Records supplied section start

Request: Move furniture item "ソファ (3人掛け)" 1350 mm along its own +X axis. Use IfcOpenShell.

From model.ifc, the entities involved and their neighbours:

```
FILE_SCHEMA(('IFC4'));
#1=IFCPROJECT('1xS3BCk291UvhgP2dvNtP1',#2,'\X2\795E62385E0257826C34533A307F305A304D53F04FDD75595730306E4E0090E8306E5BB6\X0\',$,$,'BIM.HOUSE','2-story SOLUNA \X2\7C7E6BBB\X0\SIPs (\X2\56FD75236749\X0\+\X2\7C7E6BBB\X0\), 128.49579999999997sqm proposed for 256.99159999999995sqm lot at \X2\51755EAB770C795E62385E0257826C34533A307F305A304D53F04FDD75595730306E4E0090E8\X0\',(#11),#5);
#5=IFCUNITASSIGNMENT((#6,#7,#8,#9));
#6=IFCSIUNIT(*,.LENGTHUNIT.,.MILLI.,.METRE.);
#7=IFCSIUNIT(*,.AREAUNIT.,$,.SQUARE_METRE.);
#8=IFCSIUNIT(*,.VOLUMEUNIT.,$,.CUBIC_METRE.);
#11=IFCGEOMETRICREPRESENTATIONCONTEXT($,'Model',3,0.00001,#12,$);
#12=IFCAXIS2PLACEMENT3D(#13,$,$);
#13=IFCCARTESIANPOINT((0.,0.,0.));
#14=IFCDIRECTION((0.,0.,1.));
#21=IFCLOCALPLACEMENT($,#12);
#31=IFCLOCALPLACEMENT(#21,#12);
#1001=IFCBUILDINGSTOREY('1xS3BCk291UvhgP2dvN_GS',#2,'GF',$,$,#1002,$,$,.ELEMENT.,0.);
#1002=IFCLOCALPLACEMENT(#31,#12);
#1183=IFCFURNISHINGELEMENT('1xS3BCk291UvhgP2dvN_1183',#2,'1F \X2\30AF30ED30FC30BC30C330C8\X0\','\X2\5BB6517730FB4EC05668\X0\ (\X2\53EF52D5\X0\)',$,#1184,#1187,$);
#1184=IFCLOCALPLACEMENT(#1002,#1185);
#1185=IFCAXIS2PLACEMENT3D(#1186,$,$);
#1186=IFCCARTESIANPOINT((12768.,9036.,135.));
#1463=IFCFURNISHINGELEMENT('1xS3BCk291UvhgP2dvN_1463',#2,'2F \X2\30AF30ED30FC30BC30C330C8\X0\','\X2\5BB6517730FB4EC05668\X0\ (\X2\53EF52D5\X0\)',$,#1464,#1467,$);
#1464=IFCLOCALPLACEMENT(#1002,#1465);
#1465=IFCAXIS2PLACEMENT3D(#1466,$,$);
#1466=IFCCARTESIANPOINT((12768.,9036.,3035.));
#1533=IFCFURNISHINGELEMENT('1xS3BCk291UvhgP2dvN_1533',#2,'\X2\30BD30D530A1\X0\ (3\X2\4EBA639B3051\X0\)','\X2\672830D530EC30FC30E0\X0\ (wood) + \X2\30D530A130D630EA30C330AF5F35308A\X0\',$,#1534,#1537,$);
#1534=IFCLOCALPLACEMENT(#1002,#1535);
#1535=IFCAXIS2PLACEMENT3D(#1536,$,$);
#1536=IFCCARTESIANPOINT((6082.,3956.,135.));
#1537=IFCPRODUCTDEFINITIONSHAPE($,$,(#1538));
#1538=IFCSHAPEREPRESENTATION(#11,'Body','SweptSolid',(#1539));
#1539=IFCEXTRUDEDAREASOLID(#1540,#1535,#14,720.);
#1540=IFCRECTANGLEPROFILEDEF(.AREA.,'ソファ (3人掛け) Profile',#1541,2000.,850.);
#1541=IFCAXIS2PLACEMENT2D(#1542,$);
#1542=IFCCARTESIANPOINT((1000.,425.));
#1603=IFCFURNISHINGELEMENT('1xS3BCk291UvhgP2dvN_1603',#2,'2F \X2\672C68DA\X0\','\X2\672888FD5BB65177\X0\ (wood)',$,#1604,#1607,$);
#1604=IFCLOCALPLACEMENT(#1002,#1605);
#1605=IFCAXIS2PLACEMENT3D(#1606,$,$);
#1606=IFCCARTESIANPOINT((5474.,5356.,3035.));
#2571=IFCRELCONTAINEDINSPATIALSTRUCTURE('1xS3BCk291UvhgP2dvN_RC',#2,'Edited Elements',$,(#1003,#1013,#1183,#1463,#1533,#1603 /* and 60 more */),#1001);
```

```python
import ifcopenshell
import ifcopenshell.api.geometry
import ifcopenshell.util.placement

model = ifcopenshell.open("model.ifc")

item = model.by_guid("1xS3BCk291UvhgP2dvN_1533")
matrix = ifcopenshell.util.placement.get_local_placement(item.ObjectPlacement)
matrix[:3, 3] += matrix[:3, 0] * 1350.0
ifcopenshell.api.geometry.edit_object_placement(model, product=item, matrix=matrix, is_si=False)

print(ifcopenshell.util.placement.get_local_placement(item.ObjectPlacement).round(3) + 0.0)

model.write("model-out.ifc")
```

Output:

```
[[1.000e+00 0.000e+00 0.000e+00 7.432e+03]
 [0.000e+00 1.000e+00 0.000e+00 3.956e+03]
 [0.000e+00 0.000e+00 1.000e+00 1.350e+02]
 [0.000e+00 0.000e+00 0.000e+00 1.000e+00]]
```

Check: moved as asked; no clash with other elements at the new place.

Records supplied section end

What is required: Every entry shown above is to be written out exactly.

Response area:
Request: Move furniture item "ソファ (3人掛け)" 1350 mm along its own +X axis. Use IfcOpenShell.

From model.ifc, the entities involved and their neighbours:

```
FILE_SCHEMA(('IFC4'));
#1=IFCPROJECT('1xS3BCk291UvhgP2dvNtP1',#2,'\X2\795E62385E0257826C34533A307F305A304D53F04FDD75595730306E4E0090E8306E5BB6\X0\',$,$,'BIM.HOUSE','2-story SOLUNA \X2\7C7E6BBB\X0\SIPs (\X2\56FD75236749\X0\+\X2\7C7E6BBB\X0\), 128.49579999999997sqm proposed for 256.99159999999995sqm lot at \X2\51755EAB770C795E62385E0257826C34533A307F305A304D53F04FDD75595730306E4E0090E8\X0\',(#11),#5);
#5=IFCUNITASSIGNMENT((#6,#7,#8,#9));
#6=IFCSIUNIT(*,.LENGTHUNIT.,.MILLI.,.METRE.);
#7=IFCSIUNIT(*,.AREAUNIT.,$,.SQUARE_METRE.);
#8=IFCSIUNIT(*,.VOLUMEUNIT.,$,.CUBIC_METRE.);
#11=IFCGEOMETRICREPRESENTATIONCONTEXT($,'Model',3,0.00001,#12,$);
#12=IFCAXIS2PLACEMENT3D(#13,$,$);
#13=IFCCARTESIANPOINT((0.,0.,0.));
#14=IFCDIRECTION((0.,0.,1.));
#21=IFCLOCALPLACEMENT($,#12);
#31=IFCLOCALPLACEMENT(#21,#12);
#1001=IFCBUILDINGSTOREY('1xS3BCk291UvhgP2dvN_GS',#2,'GF',$,$,#1002,$,$,.ELEMENT.,0.);
#1002=IFCLOCALPLACEMENT(#31,#12);
#1183=IFCFURNISHINGELEMENT('1xS3BCk291UvhgP2dvN_1183',#2,'1F \X2\30AF30ED30FC30BC30C330C8\X0\','\X2\5BB6517730FB4EC05668\X0\ (\X2\53EF52D5\X0\)',$,#1184,#1187,$);
#1184=IFCLOCALPLACEMENT(#1002,#1185);
#1185=IFCAXIS2PLACEMENT3D(#1186,$,$);
#1186=IFCCARTESIANPOINT((12768.,9036.,135.));
#1463=IFCFURNISHINGELEMENT('1xS3BCk291UvhgP2dvN_1463',#2,'2F \X2\30AF30ED30FC30BC30C330C8\X0\','\X2\5BB6517730FB4EC05668\X0\ (\X2\53EF52D5\X0\)',$,#1464,#1467,$);
#1464=IFCLOCALPLACEMENT(#1002,#1465);
#1465=IFCAXIS2PLACEMENT3D(#1466,$,$);
#1466=IFCCARTESIANPOINT((12768.,9036.,3035.));
#1533=IFCFURNISHINGELEMENT('1xS3BCk291UvhgP2dvN_1533',#2,'\X2\30BD30D530A1\X0\ (3\X2\4EBA639B3051\X0\)','\X2\672830D530EC30FC30E0\X0\ (wood) + \X2\30D530A130D630EA30C330AF5F35308A\X0\',$,#1534,#1537,$);
#1534=IFCLOCALPLACEMENT(#1002,#1535);
#1535=IFCAXIS2PLACEMENT3D(#1536,$,$);
#1536=IFCCARTESIANPOINT((6082.,3956.,135.));
#1537=IFCPRODUCTDEFINITIONSHAPE($,$,(#1538));
#1538=IFCSHAPEREPRESENTATION(#11,'Body','SweptSolid',(#1539));
#1539=IFCEXTRUDEDAREASOLID(#1540,#1535,#14,720.);
#1540=IFCRECTANGLEPROFILEDEF(.AREA.,'ソファ (3人掛け) Profile',#1541,2000.,850.);
#1541=IFCAXIS2PLACEMENT2D(#1542,$);
#1542=IFCCARTESIANPOINT((1000.,425.));
#1603=IFCFURNISHINGELEMENT('1xS3BCk291UvhgP2dvN_1603',#2,'2F \X2\672C68DA\X0\','\X2\672888FD5BB65177\X0\ (wood)',$,#1604,#1607,$);
#1604=IFCLOCALPLACEMENT(#1002,#1605);
#1605=IFCAXIS2PLACEMENT3D(#1606,$,$);
#1606=IFCCARTESIANPOINT((5474.,5356.,3035.));
#2571=IFCRELCONTAINEDINSPATIALSTRUCTURE('1xS3BCk291UvhgP2dvN_RC',#2,'Edited Elements',$,(#1003,#1013,#1183,#1463,#1533,#1603 /* and 60 more */),#1001);
```

```python
import ifcopenshell
import ifcopenshell.api.geometry
import ifcopenshell.util.placement

model = ifcopenshell.open("model.ifc")

item = model.by_guid("1xS3BCk291UvhgP2dvN_1533")
matrix = ifcopenshell.util.placement.get_local_placement(item.ObjectPlacement)
matrix[:3, 3] += matrix[:3, 0] * 1350.0
ifcopenshell.api.geometry.edit_object_placement(model, product=item, matrix=matrix, is_si=False)

print(ifcopenshell.util.placement.get_local_placement(item.ObjectPlacement).round(3) + 0.0)

model.write("model-out.ifc")
```

Output:

```
[[1.000e+00 0.000e+00 0.000e+00 7.432e+03]
 [0.000e+00 1.000e+00 0.000e+00 3.956e+03]
 [0.000e+00 0.000e+00 1.000e+00 1.350e+02]
 [0.000e+00 0.000e+00 0.000e+00 1.000e+00]]
```

Check: moved as asked; no clash with other elements at the new place.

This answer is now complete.